US 11,055,601 B2
System and methods for creation of learning agents in simulated environments
Jason Crabtree, Vienna, VA (US); and Andrew Sellers, Monument, CO (US)
Assigned to QOMPLX, Inc., Tysons, VA (US)
Filed by QOMPLX, Inc., Tysons, VA (US)
Filed on Jan. 29, 2018, as Appl. No. 15/882,180.
Application 15/882,180 is a continuation in part of application No. 15/835,436, filed on Dec. 7, 2017, granted, now 10,572,828.
Application 15/835,436 is a continuation in part of application No. 15/790,457, filed on Oct. 23, 2017, granted, now 10,884,999.
Application 15/790,457 is a continuation in part of application No. 15/790,327, filed on Oct. 23, 2017, granted, now 10,860,951.
Application 15/790,327 is a continuation in part of application No. 15/616,427, filed on Jun. 7, 2017.
Application 15/790,327 is a continuation in part of application No. 15/882,180.
Application 15/882,180 is a continuation in part of application No. 15/835,312, filed on Dec. 7, 2017.
Application 15/835,312 is a continuation in part of application No. 15/186,453, filed on Jun. 18, 2016.
Application 15/186,453 is a continuation in part of application No. 15/166,158, filed on May 26, 2016.
Application 15/166,158 is a continuation in part of application No. 15/141,752, filed on Apr. 28, 2016, granted, now 10,860,962.
Application 15/790,327 is a continuation in part of application No. 15/141,752.
Application 15/141,752 is a continuation in part of application No. 15/091,563, filed on Apr. 5, 2016, granted, now 10,204,147.
Application 15/091,563 is a continuation in part of application No. 14/986,536, filed on Dec. 31, 2015, granted, now 10,210,255.
Application 14/986,536 is a continuation in part of application No. 14/925,974, filed on Oct. 28, 2015, abandoned.
Claims priority of provisional application 62/568,298, filed on Oct. 4, 2017.
Claims priority of provisional application 62/568,291, filed on Oct. 4, 2017.
Prior Publication US 2018/0300598 A1, Oct. 18, 2018
Int. Cl. G06N 3/00 (2006.01); G06N 5/04 (2006.01); G06N 20/00 (2019.01); H04L 29/08 (2006.01); G06Q 10/06 (2012.01)

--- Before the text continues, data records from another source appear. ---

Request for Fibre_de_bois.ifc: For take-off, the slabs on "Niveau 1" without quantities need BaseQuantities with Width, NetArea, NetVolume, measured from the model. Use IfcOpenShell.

First a look at what the model holds.

```python
import ifcopenshell
import ifcopenshell.util.element
import ifcopenshell.util.unit

model = ifcopenshell.open("Fibre_de_bois.ifc")
print(model.schema)
for unit_type in ("LENGTHUNIT", "AREAUNIT", "VOLUMEUNIT"):
    print(unit_type, ifcopenshell.util.unit.calculate_unit_scale(model, unit_type))
storey = next(s for s in model.by_type("IfcBuildingStorey") if s.Name == "Niveau 1")
slabs = [e for e in ifcopenshell.util.element.get_decomposition(storey) if e.is_a("IfcSlab")]
for e in sorted(slabs, key=lambda e: e.id()):
    print(e.id(), e.is_a(), e.Name, list(ifcopenshell.util.element.get_psets(e, qtos_only=True)), sep=" | ")
```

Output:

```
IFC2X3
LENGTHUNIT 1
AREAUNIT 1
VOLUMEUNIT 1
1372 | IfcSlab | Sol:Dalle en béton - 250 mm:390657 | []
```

```python
import ifcopenshell
import ifcopenshell.api.pset
import ifcopenshell.geom
import ifcopenshell.util.element
import ifcopenshell.util.shape
import ifcopenshell.util.unit

model = ifcopenshell.open("Fibre_de_bois.ifc")
unit_scale = ifcopenshell.util.unit.calculate_unit_scale(model)
area_scale = ifcopenshell.util.unit.calculate_unit_scale(model, "AREAUNIT")
volume_scale = ifcopenshell.util.unit.calculate_unit_scale(model, "VOLUMEUNIT")
settings = ifcopenshell.geom.settings()

storey = next(s for s in model.by_type("IfcBuildingStorey") if s.Name == "Niveau 1")
slabs = [e for e in ifcopenshell.util.element.get_decomposition(storey) if e.is_a("IfcSlab")]

for e in sorted(slabs, key=lambda e: e.id()):
    if ifcopenshell.util.element.get_psets(e, qtos_only=True, should_inherit=False):
        continue
    # Geometry comes back in metres, in the element's own axes.
    shape = ifcopenshell.geom.create_shape(settings, e)
    values = {
        "Width": ifcopenshell.util.shape.get_z(shape.geometry) / unit_scale,
        "NetArea": ifcopenshell.util.shape.get_footprint_area(shape.geometry) / area_scale,
        "NetVolume": ifcopenshell.util.shape.get_volume(shape.geometry) / volume_scale,
    }
    qto = ifcopenshell.api.pset.add_qto(model, product=e, name="BaseQuantities")
    ifcopenshell.api.pset.edit_qto(model, qto=qto, properties=values)
    print(e.id(), {k: round(v, 3) for k, v in values.items()})

model.write("Fibre_de_bois_rev.ifc")
```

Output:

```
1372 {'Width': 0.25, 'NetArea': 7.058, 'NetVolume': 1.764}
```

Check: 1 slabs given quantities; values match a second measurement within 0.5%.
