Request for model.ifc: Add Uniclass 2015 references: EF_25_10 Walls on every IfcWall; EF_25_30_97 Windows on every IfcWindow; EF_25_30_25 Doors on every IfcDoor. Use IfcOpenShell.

First a look at what the model holds.

```python
import ifcopenshell

model = ifcopenshell.open("model.ifc")
print(model.schema)
print("classifications:", [c.Name for c in model.by_type("IfcClassification")])
for ifc_class in ("IfcDoor", "IfcRoof", "IfcStair", "IfcWall", "IfcWindow"):
    print(ifc_class, len(model.by_type(ifc_class)))
```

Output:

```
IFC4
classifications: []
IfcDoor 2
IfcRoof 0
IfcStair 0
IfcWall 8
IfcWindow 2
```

```python
import ifcopenshell
import ifcopenshell.api.classification

model = ifcopenshell.open("model.ifc")

system = ifcopenshell.api.classification.add_classification(model, classification="Uniclass 2015")

codes = {
    "IfcWall": ("EF_25_10", "Walls"),
    "IfcWindow": ("EF_25_30_97", "Windows"),
    "IfcDoor": ("EF_25_30_25", "Doors"),
}
for ifc_class, (code, name) in codes.items():
    products = model.by_type(ifc_class)
    ifcopenshell.api.classification.add_reference(
        model, products=products, classification=system, identification=code, name=name
    )
    print(code, len(products))

model.write("model_edited.ifc")
```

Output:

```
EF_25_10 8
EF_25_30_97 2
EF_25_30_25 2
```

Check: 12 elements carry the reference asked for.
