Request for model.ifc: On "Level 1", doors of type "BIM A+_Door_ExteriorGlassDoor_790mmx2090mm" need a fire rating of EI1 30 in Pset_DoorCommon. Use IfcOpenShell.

First a look at what the model holds.

```python
import ifcopenshell
import ifcopenshell.util.element

model = ifcopenshell.open("model.ifc")
print(model.schema)
storey = next(s for s in model.by_type("IfcBuildingStorey") if s.Name == "Level 1")
doors = [e for e in ifcopenshell.util.element.get_decomposition(storey) if e.is_a("IfcDoor")]
seen = {}
for e in doors:
    element_type = ifcopenshell.util.element.get_type(e)
    key = (element_type.Name if element_type != e and element_type else None, ifcopenshell.util.element.get_pset(e, "Pset_DoorCommon", "FireRating"))
    seen[key] = seen.get(key, 0) + 1
for (name, value), count in sorted(seen.items(), key=str):
    print(count, "x", name, "|", value)
```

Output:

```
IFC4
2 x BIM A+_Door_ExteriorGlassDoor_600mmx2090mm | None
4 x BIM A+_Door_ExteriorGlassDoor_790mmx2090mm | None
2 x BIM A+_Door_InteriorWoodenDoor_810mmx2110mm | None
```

```python
import ifcopenshell
import ifcopenshell.api.pset
import ifcopenshell.util.element

model = ifcopenshell.open("model.ifc")

storey = next(s for s in model.by_type("IfcBuildingStorey") if s.Name == "Level 1")
doors = [e for e in ifcopenshell.util.element.get_decomposition(storey) if e.is_a("IfcDoor")]

count = 0
for e in doors:
    element_type = ifcopenshell.util.element.get_type(e)
    if element_type in (None, e) or element_type.Name != "BIM A+_Door_ExteriorGlassDoor_790mmx2090mm":
        continue
    # add_pset returns the element's existing set when there is one.
    pset = ifcopenshell.api.pset.add_pset(model, product=e, name="Pset_DoorCommon")
    ifcopenshell.api.pset.edit_pset(model, pset=pset, properties={"FireRating": "EI1 30"})
    count += 1

print(count, "doors updated")

model.write("model_edited.ifc")
```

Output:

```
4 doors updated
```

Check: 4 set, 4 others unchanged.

CPC G06N 3/006 (2013.01) [G06N 5/043 (2013.01); G06N 20/00 (2019.01); G06Q 10/0637 (2013.01); H04L 67/10 (2013.01)] 3 Claims
OG exemplary drawing
 
1. A system for generating learning agents in simulated environments, comprising:
a computing device comprising a memory and a processor;
an agent creation engine comprising a first plurality of programming instructions stored in the memory and operating on the processor, wherein the first plurality of programming instructions, when operating on the processor, cause the computing device to:
receive one or more agent goals;
select an agent simulation based on the one or more agent goals;
create a plurality of agents, each agent being an instance of the agent simulation and having one of the one or more goals; and
at least one simulation manager comprising a second plurality of programming instructions stored in the memory and operating on the processor, wherein the second plurality of programming instructions, when operating on the processor, cause the computing device to:
receive a simulation goal related to the one or more agent goals;
select a dynamic environment simulation based on the simulation goal;
execute the dynamic environment simulation using a plurality of meta-models, wherein the plurality of simulation agents used in the execution is managed according to at least one meta-model, wherein the at least one meta-model comprises a plurality of relationships between the dynamic environment simulation and the agent simulation; and
continue execution of the dynamic environment simulation that evolves with agent behavior from the execution of the plurality of agents and the at least one meta-model until the simulation goal has been reached or until each agent has achieved its agent goal from the one or more agent goals; wherein each of the plurality of agents takes different actions in a non-deterministic environment based on its specifications and the specifications of the dynamic environment simulation to achieve the one or more agent goals; wherein the actions taken by the agents include hierarchical learning according to set agent goals, learning patterns of user behavior and learned behavior of agents stored from previous simulations; wherein the different actions and learned behaviors acquired by individual agents further differentiating them from each other during the simulation execution; and
examine the outcomes of each individual set of actions taken by each agent according to the simulation goal.